Once you're aware of this as a manipulative technique, it starts to be more and more apparent going back in time. Elementary school books in England, for an example, once portrayed Britons as the proud heirs of their own legendary history and high culture up until around the early 1800s. Then came the switch, and they were presented as having been half-naked, tattooed savages until the civilizing influences from Rome turned them into passable imitations of human beings. Along with this, medievalist sentimentalism presented the Feudal era as a kind of romantic golden age when, in fact, it had been an abject slavery that they had revolted against at every opportunity and finally -- for a time -- overthrew.

This was the replacement of one body of history/mythology with a different one. Specifically, with an alien one that served an essentially alien agenda. In warfare, psychological "softening up" of the target population always precedes the actual attack. Argue the factual justification of Trojan colonists vs. woad-smeared cannibals as you will, but one fact looms large : a change in mythology entails a corresponding change in self image. The two are, ultimately, reflections of each other.

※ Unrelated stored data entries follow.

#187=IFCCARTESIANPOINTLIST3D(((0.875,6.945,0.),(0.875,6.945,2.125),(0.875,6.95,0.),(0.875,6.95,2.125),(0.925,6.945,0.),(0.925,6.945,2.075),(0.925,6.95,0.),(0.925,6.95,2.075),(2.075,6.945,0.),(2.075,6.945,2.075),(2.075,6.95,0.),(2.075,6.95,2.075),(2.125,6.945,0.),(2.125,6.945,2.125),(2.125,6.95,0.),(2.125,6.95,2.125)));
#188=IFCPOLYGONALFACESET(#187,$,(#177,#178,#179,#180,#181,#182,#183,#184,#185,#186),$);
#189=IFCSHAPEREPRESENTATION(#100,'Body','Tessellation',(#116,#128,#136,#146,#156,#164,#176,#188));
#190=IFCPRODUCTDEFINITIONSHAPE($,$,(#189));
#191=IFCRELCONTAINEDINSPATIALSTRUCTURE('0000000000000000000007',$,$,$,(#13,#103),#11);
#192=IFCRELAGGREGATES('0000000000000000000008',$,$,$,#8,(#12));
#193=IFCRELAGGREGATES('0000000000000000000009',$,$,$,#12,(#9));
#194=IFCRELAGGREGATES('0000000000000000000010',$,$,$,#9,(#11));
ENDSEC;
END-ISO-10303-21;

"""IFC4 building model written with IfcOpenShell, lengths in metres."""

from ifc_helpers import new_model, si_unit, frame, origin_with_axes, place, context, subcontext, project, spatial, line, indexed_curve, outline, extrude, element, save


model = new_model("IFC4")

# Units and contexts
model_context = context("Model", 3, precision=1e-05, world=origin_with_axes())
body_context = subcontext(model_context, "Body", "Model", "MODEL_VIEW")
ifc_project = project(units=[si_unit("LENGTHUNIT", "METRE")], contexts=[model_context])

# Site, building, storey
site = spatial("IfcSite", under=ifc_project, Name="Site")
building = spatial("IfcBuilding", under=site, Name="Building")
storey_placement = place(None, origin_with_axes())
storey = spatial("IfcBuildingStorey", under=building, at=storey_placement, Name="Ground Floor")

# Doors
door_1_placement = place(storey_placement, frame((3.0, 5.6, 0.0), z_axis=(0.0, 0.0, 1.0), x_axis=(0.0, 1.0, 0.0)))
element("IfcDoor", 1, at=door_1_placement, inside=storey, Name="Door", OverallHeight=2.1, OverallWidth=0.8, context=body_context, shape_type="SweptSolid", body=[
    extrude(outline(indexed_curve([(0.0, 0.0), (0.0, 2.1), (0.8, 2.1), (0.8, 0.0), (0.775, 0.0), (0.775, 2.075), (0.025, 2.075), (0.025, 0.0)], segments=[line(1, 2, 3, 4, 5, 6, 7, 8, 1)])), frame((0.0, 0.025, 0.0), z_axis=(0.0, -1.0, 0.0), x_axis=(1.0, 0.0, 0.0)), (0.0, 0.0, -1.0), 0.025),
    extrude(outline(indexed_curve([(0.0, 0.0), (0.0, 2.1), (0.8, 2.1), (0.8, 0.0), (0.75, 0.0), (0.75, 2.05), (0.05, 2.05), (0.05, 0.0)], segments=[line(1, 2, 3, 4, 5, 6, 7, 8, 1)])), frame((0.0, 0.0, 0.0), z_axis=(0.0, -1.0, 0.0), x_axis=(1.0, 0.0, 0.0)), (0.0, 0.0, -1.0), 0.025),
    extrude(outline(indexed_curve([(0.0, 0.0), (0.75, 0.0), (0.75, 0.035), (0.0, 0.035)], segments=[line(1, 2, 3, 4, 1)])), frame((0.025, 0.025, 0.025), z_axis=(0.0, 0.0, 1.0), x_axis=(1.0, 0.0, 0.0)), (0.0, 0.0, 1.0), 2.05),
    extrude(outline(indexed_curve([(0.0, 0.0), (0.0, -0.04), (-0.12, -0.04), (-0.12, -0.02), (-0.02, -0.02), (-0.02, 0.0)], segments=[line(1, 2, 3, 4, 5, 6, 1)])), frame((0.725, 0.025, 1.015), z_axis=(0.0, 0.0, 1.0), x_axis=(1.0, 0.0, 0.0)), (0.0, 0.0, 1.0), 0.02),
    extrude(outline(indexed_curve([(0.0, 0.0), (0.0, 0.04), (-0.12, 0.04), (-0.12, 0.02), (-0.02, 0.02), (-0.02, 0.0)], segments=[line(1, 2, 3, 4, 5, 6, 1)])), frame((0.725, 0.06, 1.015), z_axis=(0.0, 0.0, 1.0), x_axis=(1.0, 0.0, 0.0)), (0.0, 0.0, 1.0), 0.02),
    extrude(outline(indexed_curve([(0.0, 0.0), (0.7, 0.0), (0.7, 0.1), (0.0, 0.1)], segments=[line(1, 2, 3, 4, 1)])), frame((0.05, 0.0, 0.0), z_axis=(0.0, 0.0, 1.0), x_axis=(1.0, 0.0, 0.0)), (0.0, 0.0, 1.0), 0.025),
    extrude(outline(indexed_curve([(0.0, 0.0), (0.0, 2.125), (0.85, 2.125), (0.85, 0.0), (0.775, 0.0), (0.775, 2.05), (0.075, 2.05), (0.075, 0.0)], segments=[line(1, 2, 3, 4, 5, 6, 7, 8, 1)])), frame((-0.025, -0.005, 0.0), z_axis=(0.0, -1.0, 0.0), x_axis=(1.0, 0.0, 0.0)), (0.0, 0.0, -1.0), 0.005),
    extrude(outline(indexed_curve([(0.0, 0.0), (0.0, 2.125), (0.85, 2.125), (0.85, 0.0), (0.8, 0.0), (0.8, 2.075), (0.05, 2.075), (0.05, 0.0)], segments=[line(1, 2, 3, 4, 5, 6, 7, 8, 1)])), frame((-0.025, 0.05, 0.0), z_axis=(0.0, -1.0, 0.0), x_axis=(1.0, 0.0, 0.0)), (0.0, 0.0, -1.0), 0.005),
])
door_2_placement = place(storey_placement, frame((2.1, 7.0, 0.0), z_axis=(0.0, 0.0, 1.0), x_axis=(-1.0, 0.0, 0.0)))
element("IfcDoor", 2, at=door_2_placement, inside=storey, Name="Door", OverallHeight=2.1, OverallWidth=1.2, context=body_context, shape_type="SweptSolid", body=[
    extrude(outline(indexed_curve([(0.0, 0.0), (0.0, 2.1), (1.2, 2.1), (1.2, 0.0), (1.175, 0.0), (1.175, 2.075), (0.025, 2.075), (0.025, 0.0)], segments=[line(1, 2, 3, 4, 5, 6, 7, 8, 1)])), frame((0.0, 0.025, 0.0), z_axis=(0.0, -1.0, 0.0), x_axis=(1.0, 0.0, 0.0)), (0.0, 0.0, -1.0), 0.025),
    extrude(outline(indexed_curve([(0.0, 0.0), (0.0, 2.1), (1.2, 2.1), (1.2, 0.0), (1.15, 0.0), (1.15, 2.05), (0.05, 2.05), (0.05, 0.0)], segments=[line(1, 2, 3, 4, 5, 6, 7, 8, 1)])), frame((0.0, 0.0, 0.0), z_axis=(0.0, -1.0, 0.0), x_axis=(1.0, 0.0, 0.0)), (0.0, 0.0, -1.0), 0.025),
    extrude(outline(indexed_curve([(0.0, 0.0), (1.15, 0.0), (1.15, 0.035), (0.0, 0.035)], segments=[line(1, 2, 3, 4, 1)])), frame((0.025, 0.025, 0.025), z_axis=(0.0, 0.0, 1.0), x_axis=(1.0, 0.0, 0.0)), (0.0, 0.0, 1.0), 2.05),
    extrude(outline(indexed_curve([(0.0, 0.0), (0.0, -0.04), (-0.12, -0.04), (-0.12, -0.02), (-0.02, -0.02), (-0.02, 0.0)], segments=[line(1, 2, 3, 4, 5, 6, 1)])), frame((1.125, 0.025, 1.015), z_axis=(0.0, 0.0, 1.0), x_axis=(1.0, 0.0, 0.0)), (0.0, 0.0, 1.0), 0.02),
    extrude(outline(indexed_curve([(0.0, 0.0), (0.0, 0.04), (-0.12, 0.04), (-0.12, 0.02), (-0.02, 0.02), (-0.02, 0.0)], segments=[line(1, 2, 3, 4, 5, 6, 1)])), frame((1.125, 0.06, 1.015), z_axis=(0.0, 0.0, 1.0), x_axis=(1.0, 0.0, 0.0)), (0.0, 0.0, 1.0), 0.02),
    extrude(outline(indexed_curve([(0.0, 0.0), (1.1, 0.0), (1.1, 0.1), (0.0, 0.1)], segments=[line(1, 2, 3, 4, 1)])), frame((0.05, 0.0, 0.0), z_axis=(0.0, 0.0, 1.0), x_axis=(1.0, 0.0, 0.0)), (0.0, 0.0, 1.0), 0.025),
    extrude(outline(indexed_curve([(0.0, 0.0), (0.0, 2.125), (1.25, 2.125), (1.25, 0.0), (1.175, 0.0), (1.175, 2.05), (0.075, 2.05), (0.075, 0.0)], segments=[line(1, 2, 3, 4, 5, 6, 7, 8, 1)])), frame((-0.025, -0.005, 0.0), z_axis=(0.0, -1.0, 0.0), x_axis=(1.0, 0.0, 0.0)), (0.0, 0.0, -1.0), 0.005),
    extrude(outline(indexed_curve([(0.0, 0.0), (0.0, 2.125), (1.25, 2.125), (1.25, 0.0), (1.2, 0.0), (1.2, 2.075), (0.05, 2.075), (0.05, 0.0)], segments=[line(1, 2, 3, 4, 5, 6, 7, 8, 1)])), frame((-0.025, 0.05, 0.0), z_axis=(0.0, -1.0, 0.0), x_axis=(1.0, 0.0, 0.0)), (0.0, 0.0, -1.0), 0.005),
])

At this point, I would like to pause, leaving one idea behind : The reason (as I see it on this end) this topic is engendering such emotionally charged responses is because the above has yet to be worked-through. The issue involved isn't whether your ancestry is Native American or Caucasian. Facts are facts. And so long as they remain facts, without triggering implanted suggestions in response, we're all on the same page here. And the implanted suggestions are numerous.

The crux of the issue is our actual history, on both sides : where our respective people came from, and when, and how. Dealing with that (without the attempt being derailed by automatic sniping) is, IMHO, both the problem and the opportunity. I think we can do that. If we can, there may well be some genuine surprises.

We're all pretty much in this together. We've all got some history we regard as shameful. Grudges get us nowhere. But they DO keep us divided. And, at this point, this does not serve OUR interests.

Fresh air and sunlight are the best disinfectants.

Then again. I've been wrong before :laughing7:

(?)
 

Mans greatest knowledge is dust under the Creators feet. you can claim to be from a bug or a monkey or fish... and belive it in your heart. it only proves the above statement is true...
 

Well Uniface, I understand that post. Some folks won't. I got white folks, Indian folks, black folks, and now hispanic folks in my family. I don't really know anyone from Caucasia, but by golly if they want to come over and sit down and drink a beer and talk it over they are sure welcome. We're all probably from the same place, but as time passes, we tend to become elitist, and classify ourselves above what our roots are. You think?
 

I personally have no problem fitting my Religion and Evolution together.
 

There is nothing wrong with good solid sound knowledge. Its how we apply and convey the knowledge that counts. Its hard sometimes when you have a round hole and receive a square peg. But thats how we all learn. :read2: Right?